# Titanic Data Analysis Project
This notebook analyzes the Titanic dataset using Pandas, Matplotlib, and Seaborn to explore survival patterns and answer key questions.

## Problem Space
**What:** Analyze Titanic passenger data to understand survival patterns.

**Why:** The Titanic disaster is a well-known event and provides a classic dataset for survival analysis and machine learning practice.

**Who:** Stakeholders include historians, data scientists, and enthusiasts interested in survival outcomes.

**Where & When:** Data from the 1912 Titanic disaster.

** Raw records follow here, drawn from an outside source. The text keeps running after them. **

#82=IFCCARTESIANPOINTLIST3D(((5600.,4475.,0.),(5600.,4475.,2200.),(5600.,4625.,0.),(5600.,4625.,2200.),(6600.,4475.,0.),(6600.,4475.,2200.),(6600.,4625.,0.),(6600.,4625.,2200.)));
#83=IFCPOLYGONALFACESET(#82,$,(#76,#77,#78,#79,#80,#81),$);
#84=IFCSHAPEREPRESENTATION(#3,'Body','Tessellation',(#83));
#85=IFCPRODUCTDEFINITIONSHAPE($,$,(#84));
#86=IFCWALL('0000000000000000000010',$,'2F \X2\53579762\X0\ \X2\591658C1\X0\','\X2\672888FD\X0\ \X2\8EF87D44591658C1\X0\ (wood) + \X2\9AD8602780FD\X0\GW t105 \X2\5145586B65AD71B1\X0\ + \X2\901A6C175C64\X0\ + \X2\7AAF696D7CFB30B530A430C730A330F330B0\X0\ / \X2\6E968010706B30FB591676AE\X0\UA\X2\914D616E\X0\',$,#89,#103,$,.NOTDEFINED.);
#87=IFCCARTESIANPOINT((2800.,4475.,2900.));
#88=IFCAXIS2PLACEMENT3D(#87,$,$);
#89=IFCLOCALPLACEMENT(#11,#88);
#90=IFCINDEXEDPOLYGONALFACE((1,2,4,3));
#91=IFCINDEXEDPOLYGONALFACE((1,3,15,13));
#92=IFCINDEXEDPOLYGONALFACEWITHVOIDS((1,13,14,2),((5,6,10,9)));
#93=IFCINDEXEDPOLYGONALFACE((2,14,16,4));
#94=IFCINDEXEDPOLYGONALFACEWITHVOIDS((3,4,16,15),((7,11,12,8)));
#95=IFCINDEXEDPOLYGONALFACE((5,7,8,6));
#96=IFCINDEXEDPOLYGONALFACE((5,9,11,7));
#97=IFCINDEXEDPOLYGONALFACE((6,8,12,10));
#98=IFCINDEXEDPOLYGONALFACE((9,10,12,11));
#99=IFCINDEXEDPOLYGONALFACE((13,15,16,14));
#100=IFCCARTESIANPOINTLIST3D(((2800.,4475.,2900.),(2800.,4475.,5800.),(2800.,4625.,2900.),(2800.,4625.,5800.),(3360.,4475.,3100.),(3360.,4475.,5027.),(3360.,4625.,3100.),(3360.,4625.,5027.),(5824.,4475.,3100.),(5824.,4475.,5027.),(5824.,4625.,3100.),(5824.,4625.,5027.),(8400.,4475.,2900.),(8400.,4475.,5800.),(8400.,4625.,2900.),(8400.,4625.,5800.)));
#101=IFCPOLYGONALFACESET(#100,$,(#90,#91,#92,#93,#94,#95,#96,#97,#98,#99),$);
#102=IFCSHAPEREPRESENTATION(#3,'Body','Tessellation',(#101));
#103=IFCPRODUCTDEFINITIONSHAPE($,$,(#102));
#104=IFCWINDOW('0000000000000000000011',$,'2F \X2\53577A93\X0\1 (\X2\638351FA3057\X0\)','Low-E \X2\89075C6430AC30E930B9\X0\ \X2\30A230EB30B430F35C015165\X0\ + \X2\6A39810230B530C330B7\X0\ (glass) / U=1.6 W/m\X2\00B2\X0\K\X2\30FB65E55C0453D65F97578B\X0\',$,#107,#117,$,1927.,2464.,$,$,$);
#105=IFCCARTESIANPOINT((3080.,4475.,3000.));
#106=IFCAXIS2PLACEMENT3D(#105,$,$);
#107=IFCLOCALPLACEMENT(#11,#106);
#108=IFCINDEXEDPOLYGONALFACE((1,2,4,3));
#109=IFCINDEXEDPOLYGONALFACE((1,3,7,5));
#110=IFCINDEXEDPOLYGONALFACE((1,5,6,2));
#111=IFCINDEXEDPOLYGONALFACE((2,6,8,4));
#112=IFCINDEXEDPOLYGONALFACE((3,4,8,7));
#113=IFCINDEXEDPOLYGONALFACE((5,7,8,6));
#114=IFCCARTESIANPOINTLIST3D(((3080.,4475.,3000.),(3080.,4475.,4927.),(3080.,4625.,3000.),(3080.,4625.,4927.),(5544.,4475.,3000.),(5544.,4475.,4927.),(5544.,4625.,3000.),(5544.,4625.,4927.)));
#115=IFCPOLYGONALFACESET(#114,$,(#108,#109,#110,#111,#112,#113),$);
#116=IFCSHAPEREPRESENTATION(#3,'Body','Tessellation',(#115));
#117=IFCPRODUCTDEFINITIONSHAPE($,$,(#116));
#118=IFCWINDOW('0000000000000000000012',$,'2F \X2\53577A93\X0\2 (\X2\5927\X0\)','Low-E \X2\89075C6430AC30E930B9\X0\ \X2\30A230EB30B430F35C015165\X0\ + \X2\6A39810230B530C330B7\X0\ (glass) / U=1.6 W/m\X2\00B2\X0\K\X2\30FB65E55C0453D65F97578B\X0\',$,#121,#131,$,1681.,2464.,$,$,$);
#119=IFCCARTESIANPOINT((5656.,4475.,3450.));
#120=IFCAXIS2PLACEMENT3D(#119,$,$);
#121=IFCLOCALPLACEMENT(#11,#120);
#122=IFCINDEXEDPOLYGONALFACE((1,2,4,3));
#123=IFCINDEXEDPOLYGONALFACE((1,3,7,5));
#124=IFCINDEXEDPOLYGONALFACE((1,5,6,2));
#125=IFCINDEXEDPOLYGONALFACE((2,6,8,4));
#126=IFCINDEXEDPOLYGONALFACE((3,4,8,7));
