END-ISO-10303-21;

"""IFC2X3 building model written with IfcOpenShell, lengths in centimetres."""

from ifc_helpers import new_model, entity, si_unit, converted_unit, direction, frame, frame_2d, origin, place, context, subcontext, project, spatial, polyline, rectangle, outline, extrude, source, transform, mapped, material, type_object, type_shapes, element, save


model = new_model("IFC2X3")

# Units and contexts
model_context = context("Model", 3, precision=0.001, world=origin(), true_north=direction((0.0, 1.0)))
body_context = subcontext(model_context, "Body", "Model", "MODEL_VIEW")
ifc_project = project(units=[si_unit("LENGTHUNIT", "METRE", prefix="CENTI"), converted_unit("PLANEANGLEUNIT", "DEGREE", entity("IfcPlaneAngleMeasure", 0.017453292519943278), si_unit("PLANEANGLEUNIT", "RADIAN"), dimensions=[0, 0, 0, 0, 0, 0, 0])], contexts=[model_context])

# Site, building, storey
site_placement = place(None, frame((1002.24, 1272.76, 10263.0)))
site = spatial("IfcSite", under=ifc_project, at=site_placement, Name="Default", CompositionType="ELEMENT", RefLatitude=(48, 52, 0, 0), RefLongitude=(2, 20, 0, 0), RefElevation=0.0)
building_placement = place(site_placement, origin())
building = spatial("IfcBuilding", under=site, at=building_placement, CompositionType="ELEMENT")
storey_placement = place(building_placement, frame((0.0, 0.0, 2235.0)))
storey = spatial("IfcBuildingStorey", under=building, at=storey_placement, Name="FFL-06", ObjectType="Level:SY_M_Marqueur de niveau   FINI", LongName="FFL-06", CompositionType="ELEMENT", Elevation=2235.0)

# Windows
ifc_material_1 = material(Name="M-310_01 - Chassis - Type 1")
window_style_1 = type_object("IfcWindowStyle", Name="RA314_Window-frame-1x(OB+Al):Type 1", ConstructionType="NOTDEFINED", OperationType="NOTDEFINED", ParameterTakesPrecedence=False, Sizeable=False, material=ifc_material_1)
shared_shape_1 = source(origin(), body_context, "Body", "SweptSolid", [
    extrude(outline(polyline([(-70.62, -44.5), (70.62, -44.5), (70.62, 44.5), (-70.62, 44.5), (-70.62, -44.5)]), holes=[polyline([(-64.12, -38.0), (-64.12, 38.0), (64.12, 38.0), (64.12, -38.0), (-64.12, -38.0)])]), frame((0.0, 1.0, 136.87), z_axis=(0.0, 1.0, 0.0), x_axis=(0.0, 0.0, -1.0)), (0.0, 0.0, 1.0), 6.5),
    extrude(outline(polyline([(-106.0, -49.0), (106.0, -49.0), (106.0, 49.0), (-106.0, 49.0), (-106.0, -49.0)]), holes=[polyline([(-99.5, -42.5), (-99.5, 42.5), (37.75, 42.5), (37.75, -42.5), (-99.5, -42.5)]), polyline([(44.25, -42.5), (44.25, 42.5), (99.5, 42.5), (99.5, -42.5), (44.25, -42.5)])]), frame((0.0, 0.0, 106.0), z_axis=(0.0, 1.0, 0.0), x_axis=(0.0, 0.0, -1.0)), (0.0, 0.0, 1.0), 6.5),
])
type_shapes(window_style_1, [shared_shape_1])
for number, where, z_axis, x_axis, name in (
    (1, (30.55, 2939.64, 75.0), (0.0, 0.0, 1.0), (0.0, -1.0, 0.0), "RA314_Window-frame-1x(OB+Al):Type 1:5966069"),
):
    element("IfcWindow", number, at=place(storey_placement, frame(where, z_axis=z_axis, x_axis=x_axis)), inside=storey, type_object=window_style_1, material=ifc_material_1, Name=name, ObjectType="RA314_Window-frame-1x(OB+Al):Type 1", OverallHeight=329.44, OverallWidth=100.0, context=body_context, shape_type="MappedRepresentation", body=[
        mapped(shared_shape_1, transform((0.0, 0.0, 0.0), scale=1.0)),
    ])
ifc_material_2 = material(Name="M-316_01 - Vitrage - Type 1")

## Understanding the Dataset

In [None]:
import pandas as pd
import numpy as np
import matplotlib.pyplot as plt
import seaborn as sns
sns.set()

# Load Titanic dataset
df = pd.read_csv('https://raw.githubusercontent.com/datasciencedojo/datasets/master/titanic.csv')
df.info()
df.describe()
df.head()

## Questions to Address
1. What percentage of passengers survived?
2. Survival rate by passenger class?
3. Survival rate by gender?
4. Average age of survivors vs. non-survivors?
5. How many traveled alone vs. with family?
6. Did embarkation port affect survival?
7. Fare distribution by class?
8. Top names among survivors?
9. Relationship between age and survival?
10. Number of passengers with missing age data?

## Exploratory Data Analysis

In [None]:
sns.countplot(x='Survived', data=df)
plt.title('Survival Count')
plt.show()

sns.countplot(x='Pclass', hue='Survived', data=df)
plt.title('Survival by Class')
plt.show()

df['Age'].hist(bins=30)
plt.title('Age Distribution')
plt.show()

## Data Analysis & Answers

In [None]:
# 1. Percentage survived
print(f"Survival rate: {df['Survived'].mean():.2%}")

# 2. Survival by class
print(df.groupby('Pclass')['Survived'].mean())

# 3. Survival by gender
print(df.groupby('Sex')['Survived'].mean())

# 4. Average age survivors vs. non-survivors
print(df.groupby('Survived')['Age'].mean())

# 5. Traveling alone
df['Alone'] = df['SibSp'] + df['Parch']
print(df['Alone'].value_counts())

# 6. Survival by embarkation port
print(df.groupby('Embarked')['Survived'].mean())

# 7. Fare distribution by class
print(df.groupby('Pclass')['Fare'].describe())

# 8. Top survivor names
print(df[df['Survived'] == 1]['Name'].head())

# 9. Age and survival
sns.boxplot(x='Survived', y='Age', data=df)
plt.title('Age vs. Survival')
plt.show()

# 10. Missing age data
print(f"Missing age entries: {df['Age'].isnull().sum()}")

## Presentation of Insights
- Overall survival rate was ~38%.
- Women had ~74% survival, men ~19%.
- First-class survival ~63%, third class ~24%.
- Younger passengers slightly more likely to survive.
- Cherbourg embarkation had highest survival rate.
- First-class passengers paid significantly more.